Saved entries
++++++++
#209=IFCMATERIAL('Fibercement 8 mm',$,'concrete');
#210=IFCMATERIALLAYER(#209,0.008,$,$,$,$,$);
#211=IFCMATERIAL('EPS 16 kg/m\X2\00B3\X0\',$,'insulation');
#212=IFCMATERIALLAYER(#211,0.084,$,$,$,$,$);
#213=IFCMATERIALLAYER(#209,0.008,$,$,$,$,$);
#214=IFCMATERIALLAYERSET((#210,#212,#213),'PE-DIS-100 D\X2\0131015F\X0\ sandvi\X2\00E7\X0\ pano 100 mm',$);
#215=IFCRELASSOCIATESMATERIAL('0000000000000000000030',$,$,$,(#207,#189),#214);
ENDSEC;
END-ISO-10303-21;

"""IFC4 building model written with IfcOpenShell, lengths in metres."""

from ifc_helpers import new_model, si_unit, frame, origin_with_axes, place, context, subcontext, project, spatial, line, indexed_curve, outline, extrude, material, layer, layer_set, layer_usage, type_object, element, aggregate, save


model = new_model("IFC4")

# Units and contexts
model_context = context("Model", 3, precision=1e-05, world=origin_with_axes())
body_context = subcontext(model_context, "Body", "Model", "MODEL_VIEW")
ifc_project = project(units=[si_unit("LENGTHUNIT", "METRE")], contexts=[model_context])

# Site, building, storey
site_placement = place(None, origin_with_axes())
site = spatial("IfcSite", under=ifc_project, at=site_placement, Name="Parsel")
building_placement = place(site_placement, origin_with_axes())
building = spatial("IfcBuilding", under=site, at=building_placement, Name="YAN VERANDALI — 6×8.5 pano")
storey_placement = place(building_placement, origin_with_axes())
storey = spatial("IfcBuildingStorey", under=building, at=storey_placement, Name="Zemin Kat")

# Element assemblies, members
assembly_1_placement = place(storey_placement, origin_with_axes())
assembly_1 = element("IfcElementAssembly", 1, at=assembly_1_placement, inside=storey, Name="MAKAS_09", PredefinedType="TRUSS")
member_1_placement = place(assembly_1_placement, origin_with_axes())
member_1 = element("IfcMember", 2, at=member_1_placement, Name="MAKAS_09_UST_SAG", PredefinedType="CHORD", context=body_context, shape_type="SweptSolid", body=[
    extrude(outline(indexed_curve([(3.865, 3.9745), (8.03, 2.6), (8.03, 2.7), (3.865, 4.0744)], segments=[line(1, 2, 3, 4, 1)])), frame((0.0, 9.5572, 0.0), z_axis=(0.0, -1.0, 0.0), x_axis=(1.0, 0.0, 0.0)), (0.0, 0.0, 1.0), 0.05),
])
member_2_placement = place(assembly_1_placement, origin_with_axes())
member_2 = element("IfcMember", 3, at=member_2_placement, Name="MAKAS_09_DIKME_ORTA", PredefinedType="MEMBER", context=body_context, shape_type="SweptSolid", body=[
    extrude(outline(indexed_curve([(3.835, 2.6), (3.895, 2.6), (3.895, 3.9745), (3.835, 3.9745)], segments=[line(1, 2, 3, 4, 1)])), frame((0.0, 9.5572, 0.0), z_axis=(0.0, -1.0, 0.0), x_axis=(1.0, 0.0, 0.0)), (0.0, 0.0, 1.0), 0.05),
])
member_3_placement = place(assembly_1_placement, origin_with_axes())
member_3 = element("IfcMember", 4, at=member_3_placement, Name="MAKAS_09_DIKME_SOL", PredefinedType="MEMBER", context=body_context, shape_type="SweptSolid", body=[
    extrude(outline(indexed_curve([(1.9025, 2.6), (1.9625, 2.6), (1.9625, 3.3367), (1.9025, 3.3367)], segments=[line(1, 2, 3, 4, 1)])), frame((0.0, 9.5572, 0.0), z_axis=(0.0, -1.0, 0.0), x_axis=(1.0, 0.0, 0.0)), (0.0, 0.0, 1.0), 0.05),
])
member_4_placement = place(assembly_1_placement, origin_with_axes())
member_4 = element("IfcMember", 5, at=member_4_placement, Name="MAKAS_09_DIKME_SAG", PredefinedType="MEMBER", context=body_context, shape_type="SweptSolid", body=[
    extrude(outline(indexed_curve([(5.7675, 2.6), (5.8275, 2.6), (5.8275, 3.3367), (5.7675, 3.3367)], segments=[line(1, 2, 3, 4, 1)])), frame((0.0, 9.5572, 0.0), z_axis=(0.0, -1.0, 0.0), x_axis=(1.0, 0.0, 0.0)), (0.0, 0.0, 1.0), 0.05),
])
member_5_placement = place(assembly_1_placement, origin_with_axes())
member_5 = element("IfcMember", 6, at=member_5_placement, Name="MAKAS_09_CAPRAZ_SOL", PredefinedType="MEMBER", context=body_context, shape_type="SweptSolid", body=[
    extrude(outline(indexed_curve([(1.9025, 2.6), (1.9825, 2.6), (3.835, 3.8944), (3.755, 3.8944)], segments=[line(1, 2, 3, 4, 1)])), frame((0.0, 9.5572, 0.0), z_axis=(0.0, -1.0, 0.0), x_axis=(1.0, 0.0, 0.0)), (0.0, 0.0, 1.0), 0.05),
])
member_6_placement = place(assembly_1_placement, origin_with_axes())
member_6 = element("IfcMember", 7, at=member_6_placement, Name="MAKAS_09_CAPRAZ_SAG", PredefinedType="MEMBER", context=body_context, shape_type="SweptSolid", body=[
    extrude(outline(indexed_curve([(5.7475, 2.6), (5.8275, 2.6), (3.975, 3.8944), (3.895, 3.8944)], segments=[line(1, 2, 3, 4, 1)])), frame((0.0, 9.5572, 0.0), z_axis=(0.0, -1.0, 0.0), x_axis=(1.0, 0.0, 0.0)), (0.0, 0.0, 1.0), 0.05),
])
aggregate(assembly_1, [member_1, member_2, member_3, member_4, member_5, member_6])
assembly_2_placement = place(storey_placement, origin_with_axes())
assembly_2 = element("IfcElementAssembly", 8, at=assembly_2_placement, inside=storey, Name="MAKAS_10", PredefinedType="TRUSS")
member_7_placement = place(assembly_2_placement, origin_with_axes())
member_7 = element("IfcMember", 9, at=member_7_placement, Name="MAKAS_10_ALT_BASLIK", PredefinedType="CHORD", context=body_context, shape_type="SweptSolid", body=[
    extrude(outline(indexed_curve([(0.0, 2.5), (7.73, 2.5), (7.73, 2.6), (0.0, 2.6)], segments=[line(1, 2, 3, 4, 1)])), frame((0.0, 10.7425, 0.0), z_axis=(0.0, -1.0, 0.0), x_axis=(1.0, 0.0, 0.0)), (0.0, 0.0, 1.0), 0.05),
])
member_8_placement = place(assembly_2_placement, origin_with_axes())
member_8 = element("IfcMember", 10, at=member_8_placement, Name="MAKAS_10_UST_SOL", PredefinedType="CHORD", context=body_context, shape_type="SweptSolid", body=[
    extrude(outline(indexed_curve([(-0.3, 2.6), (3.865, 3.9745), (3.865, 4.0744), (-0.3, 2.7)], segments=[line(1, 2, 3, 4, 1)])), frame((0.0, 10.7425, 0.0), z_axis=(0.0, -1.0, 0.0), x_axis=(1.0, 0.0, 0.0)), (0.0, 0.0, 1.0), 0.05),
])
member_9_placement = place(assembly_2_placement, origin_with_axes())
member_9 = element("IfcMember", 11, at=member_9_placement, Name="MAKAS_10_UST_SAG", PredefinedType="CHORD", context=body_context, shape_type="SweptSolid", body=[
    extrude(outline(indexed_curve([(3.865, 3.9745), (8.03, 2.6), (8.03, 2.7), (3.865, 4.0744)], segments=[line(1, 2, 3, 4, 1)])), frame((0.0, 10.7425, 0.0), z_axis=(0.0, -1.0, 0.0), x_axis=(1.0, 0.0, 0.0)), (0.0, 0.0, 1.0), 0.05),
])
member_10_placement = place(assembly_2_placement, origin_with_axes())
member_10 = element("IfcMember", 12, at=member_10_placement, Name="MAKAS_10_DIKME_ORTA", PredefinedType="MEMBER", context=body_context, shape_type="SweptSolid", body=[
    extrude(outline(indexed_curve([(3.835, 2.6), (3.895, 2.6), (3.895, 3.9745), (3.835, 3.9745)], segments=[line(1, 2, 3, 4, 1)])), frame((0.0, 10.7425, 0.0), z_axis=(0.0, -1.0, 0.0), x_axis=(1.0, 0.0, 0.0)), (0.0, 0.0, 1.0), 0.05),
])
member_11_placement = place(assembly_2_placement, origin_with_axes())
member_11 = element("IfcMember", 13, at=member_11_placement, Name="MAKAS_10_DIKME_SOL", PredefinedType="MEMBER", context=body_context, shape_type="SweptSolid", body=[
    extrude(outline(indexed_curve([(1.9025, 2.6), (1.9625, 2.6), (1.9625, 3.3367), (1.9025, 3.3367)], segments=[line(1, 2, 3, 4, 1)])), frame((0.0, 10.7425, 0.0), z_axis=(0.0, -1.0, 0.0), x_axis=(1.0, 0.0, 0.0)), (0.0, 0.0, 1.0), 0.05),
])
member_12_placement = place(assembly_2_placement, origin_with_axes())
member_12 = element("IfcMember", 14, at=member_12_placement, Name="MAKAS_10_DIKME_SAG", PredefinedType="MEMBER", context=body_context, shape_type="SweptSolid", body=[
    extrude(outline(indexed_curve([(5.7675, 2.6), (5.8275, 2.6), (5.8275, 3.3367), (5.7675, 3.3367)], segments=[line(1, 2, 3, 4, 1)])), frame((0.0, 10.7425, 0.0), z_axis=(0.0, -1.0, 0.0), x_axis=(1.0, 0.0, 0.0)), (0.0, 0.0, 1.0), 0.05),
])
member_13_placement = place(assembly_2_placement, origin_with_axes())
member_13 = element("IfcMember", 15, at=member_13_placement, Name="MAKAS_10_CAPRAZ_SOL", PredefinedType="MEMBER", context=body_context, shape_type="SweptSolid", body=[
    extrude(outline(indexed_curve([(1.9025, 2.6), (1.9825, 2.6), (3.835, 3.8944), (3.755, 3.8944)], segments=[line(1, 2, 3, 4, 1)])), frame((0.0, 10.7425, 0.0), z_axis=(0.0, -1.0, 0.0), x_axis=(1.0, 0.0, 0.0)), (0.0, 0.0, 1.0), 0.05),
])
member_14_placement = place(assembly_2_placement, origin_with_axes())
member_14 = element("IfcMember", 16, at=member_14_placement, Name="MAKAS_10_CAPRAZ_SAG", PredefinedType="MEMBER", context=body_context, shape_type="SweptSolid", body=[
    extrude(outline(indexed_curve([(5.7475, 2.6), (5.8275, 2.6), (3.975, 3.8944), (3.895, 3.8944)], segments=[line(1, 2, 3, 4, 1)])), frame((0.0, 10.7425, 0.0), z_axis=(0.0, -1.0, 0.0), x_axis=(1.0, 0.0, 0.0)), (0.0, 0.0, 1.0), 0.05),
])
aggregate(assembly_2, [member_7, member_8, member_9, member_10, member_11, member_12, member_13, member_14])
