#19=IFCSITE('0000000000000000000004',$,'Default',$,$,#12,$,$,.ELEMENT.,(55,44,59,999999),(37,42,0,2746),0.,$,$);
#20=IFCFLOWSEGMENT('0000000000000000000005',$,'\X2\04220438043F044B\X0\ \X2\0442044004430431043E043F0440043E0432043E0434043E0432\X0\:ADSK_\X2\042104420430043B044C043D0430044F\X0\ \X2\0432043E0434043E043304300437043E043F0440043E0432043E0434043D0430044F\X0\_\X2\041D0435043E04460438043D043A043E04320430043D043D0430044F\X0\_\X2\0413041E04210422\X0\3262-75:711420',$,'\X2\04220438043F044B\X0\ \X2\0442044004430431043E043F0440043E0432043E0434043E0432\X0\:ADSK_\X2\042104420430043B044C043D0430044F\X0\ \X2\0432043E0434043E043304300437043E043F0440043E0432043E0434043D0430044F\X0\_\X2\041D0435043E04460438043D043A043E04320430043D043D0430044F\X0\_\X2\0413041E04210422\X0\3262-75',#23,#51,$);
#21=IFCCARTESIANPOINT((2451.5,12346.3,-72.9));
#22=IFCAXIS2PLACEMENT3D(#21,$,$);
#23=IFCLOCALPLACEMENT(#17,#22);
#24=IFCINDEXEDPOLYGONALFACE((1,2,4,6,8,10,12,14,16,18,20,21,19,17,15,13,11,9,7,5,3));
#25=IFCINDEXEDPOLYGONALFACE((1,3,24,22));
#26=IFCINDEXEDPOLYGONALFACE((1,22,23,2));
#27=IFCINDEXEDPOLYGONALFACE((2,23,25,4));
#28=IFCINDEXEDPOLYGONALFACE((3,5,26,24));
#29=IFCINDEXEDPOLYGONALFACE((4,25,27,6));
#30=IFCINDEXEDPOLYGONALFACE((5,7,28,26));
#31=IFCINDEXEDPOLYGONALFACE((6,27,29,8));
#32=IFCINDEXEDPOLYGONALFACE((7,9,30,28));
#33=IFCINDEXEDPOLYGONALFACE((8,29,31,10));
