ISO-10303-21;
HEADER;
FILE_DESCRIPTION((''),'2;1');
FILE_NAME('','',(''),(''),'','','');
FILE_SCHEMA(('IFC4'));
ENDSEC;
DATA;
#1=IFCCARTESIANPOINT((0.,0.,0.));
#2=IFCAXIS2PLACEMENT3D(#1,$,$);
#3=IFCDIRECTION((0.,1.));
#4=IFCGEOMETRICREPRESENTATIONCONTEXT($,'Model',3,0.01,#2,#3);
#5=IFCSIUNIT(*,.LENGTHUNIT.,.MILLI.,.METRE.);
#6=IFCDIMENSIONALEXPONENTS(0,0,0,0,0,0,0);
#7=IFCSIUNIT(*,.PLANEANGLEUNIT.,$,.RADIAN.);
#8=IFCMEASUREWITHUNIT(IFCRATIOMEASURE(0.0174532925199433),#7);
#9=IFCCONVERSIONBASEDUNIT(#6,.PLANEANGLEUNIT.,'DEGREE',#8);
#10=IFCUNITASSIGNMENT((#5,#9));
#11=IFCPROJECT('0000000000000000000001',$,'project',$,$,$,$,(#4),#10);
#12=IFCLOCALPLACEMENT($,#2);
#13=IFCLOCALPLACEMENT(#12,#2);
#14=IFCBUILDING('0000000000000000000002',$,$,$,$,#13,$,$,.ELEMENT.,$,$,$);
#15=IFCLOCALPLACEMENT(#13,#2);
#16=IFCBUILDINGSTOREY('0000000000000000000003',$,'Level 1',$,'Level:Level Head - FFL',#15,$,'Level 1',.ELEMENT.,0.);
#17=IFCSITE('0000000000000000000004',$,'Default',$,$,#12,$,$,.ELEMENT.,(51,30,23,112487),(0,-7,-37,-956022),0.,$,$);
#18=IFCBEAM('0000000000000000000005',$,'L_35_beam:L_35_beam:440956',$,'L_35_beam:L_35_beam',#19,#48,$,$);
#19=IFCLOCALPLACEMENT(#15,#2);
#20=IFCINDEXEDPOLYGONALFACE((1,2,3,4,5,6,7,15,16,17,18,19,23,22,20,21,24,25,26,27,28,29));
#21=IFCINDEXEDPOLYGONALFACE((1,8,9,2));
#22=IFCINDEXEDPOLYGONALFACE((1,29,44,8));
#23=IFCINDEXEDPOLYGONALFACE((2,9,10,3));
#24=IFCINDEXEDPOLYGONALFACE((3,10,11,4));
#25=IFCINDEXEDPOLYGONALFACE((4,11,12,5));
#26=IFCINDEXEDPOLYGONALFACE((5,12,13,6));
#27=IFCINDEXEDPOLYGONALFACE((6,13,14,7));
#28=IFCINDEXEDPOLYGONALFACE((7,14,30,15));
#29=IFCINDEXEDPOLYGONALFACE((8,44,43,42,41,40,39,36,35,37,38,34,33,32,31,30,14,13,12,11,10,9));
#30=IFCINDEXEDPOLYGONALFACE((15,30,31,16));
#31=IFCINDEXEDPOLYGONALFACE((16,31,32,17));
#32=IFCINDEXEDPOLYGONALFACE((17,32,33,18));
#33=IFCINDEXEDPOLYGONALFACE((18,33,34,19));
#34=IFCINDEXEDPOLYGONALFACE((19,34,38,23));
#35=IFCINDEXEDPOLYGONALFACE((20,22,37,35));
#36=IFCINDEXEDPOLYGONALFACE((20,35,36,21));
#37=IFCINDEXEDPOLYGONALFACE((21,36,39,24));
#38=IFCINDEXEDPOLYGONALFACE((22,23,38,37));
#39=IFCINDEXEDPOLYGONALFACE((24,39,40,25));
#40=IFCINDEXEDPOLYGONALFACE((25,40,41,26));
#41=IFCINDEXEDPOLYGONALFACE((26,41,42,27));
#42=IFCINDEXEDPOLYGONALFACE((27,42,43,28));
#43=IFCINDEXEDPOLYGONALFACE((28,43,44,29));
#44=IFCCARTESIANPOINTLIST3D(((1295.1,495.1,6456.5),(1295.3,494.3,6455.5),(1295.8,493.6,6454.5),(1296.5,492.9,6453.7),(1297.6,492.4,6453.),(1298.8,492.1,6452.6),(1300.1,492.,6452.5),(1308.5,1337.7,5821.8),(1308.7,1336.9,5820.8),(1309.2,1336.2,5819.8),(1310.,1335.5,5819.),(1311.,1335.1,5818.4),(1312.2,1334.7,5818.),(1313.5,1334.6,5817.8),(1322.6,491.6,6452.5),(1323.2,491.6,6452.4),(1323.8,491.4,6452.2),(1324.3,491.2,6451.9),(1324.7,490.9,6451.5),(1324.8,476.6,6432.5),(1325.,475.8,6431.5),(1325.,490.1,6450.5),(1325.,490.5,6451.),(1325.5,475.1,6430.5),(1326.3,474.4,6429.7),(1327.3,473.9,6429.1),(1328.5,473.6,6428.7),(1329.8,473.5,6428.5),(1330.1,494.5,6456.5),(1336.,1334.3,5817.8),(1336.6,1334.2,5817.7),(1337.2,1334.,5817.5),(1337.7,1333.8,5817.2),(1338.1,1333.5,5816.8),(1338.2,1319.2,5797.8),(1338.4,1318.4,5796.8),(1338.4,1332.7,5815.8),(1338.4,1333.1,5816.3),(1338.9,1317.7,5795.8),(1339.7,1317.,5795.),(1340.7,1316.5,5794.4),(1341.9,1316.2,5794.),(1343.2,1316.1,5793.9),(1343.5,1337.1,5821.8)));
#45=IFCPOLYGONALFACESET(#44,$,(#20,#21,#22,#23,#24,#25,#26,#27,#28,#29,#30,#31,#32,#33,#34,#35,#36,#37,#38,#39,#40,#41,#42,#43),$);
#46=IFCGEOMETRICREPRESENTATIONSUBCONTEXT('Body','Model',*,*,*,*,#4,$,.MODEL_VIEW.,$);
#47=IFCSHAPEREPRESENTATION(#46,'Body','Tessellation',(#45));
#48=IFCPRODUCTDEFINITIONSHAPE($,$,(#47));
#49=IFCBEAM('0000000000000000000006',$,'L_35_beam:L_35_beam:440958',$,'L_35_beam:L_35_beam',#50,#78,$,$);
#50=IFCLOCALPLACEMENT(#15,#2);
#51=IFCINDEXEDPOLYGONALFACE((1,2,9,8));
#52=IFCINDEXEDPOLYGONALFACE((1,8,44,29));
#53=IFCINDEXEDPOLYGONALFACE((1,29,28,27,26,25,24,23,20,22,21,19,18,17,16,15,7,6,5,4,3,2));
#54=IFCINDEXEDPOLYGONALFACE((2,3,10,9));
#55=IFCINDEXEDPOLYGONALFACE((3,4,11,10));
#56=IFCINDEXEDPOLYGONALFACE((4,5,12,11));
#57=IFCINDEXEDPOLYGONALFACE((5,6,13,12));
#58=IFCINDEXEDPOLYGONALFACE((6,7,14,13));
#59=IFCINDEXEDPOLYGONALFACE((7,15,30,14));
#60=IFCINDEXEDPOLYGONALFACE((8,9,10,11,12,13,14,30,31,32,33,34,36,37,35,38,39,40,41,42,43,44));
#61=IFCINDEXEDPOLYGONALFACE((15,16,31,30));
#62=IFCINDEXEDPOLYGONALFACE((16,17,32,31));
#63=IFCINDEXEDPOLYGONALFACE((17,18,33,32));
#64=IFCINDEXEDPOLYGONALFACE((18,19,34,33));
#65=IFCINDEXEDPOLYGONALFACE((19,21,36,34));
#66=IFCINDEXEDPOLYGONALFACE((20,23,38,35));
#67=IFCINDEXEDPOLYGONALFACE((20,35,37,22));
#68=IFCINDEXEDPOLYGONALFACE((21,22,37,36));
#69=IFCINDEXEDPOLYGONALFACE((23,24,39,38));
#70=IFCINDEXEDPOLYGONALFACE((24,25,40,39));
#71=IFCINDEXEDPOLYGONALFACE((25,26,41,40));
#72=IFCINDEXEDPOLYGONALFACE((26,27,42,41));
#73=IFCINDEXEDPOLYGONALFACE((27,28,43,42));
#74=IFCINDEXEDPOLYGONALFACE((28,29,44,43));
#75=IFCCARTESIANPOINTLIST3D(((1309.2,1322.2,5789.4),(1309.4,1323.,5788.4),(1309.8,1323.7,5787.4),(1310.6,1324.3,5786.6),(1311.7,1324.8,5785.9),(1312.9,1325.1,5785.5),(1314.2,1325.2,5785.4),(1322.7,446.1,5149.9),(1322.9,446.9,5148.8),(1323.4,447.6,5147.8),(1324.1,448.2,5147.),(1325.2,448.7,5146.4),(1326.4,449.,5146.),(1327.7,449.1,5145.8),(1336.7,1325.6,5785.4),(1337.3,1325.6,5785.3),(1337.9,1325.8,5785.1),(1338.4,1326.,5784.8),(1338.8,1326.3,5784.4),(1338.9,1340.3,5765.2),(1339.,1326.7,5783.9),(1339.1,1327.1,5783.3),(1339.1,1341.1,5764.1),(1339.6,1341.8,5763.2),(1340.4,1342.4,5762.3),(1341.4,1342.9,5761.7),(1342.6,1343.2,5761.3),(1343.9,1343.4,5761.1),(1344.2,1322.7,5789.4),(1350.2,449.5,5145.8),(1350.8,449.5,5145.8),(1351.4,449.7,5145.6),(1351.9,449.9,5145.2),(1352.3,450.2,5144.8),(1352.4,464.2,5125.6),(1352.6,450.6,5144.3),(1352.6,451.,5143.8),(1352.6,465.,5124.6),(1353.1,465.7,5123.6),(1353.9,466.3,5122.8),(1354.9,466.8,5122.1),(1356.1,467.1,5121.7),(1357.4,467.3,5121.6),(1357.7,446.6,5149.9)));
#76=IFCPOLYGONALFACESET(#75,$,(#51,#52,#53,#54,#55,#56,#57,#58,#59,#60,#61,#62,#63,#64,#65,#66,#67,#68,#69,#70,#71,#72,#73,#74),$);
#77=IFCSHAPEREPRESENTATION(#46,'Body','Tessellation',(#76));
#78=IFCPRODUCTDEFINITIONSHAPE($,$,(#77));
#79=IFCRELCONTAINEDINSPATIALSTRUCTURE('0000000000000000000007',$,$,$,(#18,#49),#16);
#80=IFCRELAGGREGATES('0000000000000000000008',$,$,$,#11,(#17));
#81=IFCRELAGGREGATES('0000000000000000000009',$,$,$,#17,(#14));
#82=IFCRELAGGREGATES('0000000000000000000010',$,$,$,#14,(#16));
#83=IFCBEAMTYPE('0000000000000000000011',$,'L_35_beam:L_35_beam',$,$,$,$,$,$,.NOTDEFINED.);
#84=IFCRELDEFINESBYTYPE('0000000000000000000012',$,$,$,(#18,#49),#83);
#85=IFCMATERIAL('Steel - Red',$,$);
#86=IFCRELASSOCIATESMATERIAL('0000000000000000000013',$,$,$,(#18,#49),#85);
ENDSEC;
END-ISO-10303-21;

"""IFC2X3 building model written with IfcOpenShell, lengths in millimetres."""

from ifc_helpers import new_model, entity, si_unit, converted_unit, direction, frame, frame_2d, origin, place, context, subcontext, project, spatial, polyline, circle_curve, parameter, trimmed, segment, composite_curve, outline, extrude, material, type_object, element, save


model = new_model("IFC2X3")

# Units and contexts
model_context = context("Model", 3, precision=0.01, world=origin(), true_north=direction((0.0, 1.0)))
body_context = subcontext(model_context, "Body", "Model", "MODEL_VIEW")
ifc_project = project(units=[si_unit("LENGTHUNIT", "METRE", prefix="MILLI"), converted_unit("PLANEANGLEUNIT", "DEGREE", entity("IfcRatioMeasure", 0.0174532925199433), si_unit("PLANEANGLEUNIT", "RADIAN"), dimensions=[0, 0, 0, 0, 0, 0, 0])], contexts=[model_context])

# Site, building, storey
site_placement = place(None, origin())
site = spatial("IfcSite", under=ifc_project, at=site_placement, Name="Default", CompositionType="ELEMENT", RefLatitude=(51, 30, 23, 112487), RefLongitude=(0, -7, -37, -956022), RefElevation=0.0)
building_placement = place(site_placement, origin())
building = spatial("IfcBuilding", under=site, at=building_placement, CompositionType="ELEMENT")
storey_placement = place(building_placement, origin())
storey = spatial("IfcBuildingStorey", under=building, at=storey_placement, Name="Level 1", ObjectType="Level:Level Head - FFL", LongName="Level 1", CompositionType="ELEMENT", Elevation=0.0)

# Beams
ifc_material_1 = material(Name="Steel - Red")
beam_type_1 = type_object("IfcBeamType", Name="L_35_beam:L_35_beam", PredefinedType="NOTDEFINED")
beam_1_placement = place(storey_placement, frame((1351.8, 1351.7, 5788.8), z_axis=(0.009574, 0.60153, 0.798793), x_axis=(-0.012712, -0.798692, 0.601606)))
element("IfcBeam", 1, at=beam_1_placement, inside=storey, type_object=beam_type_1, material=ifc_material_1, Name="L_35_beam:L_35_beam:440956", ObjectType="L_35_beam:L_35_beam", context=body_context, shape_type="SweptSolid", body=[
    extrude(outline(composite_curve([segment(polyline([(-23.2, -11.8), (11.8, -11.8)]), True, "CONTINUOUS"), segment(polyline([(11.8, -11.8), (11.8, 23.2)]), True, "CONTINUOUS"), segment(trimmed(circle_curve(frame_2d((11.8, 18.2), x_axis=(0.0, 1.0)), 5.0), [parameter(0.0)], [parameter(90.0)], True, "PARAMETER"), True, "CONTINUOUS"), segment(polyline([(6.8, 18.2), (6.8, -4.3)]), True, "CONTINUOUS"), segment(trimmed(circle_curve(frame_2d((4.3, -4.3), x_axis=(1.0, 0.0)), 2.5), [parameter(270.0)], [parameter(0.0)], True, "PARAMETER"), False, "CONTINUOUS"), segment(polyline([(4.3, -6.8), (-18.2, -6.8)]), True, "CONTINUOUS"), segment(trimmed(circle_curve(frame_2d((-18.2, -11.8), x_axis=(0.0, 1.0)), 5.0), [parameter(0.0)], [parameter(90.0)], True, "PARAMETER"), True, "CONTINUOUS")], self_intersect=False)), frame((31.6, -19.8, 5.7), z_axis=(1.0, 0.0, 0.0), x_axis=(0.0, 0.0, 1.0)), (0.0, 0.0, 1.0), 1055.0),
])
beam_2_placement = place(storey_placement, frame((1351.8, 1351.7, 5788.8), z_axis=(0.009093, -0.589494, 0.807721), x_axis=(0.012457, -0.807625, -0.589564)))
element("IfcBeam", 2, at=beam_2_placement, inside=storey, type_object=beam_type_1, material=ifc_material_1, Name="L_35_beam:L_35_beam:440958", ObjectType="L_35_beam:L_35_beam", context=body_context, shape_type="SweptSolid", body=[
    extrude(outline(composite_curve([segment(polyline([(-23.2, -11.8), (11.8, -11.8)]), True, "CONTINUOUS"), segment(polyline([(11.8, -11.8), (11.8, 23.2)]), True, "CONTINUOUS"), segment(trimmed(circle_curve(frame_2d((11.8, 18.2), x_axis=(0.0, 1.0)), 5.0), [parameter(0.0)], [parameter(90.0)], True, "PARAMETER"), True, "CONTINUOUS"), segment(polyline([(6.8, 18.2), (6.8, -4.3)]), True, "CONTINUOUS"), segment(trimmed(circle_curve(frame_2d((4.3, -4.3), x_axis=(1.0, 0.0)), 2.5), [parameter(270.0)], [parameter(0.0)], True, "PARAMETER"), False, "CONTINUOUS"), segment(polyline([(4.3, -6.8), (-18.2, -6.8)]), True, "CONTINUOUS"), segment(trimmed(circle_curve(frame_2d((-18.2, -11.8), x_axis=(0.0, 1.0)), 5.0), [parameter(0.0)], [parameter(90.0)], True, "PARAMETER"), True, "CONTINUOUS")], self_intersect=False)), frame((23.0, -19.8, 5.7), z_axis=(1.0, 0.0, 0.0), x_axis=(0.0, 0.0, 1.0)), (0.0, 0.0, 1.0), 1084.8),
])

save(model, "model.ifc")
++++++++
Once you find the line with "#33=IFCINDEXEDPOLYGONALFACE((18,33,34,19));" above, print it and every line after it up to and including the line with "#43=IFCINDEXEDPOLYGONALFACE((28,43,44,29));", exactly as written and nothing else.

> Response to the exercise:
#33=IFCINDEXEDPOLYGONALFACE((18,33,34,19));
#34=IFCINDEXEDPOLYGONALFACE((19,34,38,23));
#35=IFCINDEXEDPOLYGONALFACE((20,22,37,35));
#36=IFCINDEXEDPOLYGONALFACE((20,35,36,21));
#37=IFCINDEXEDPOLYGONALFACE((21,36,39,24));
#38=IFCINDEXEDPOLYGONALFACE((22,23,38,37));
#39=IFCINDEXEDPOLYGONALFACE((24,39,40,25));
#40=IFCINDEXEDPOLYGONALFACE((25,40,41,26));
#41=IFCINDEXEDPOLYGONALFACE((26,41,42,27));
#42=IFCINDEXEDPOLYGONALFACE((27,42,43,28));
#43=IFCINDEXEDPOLYGONALFACE((28,43,44,29));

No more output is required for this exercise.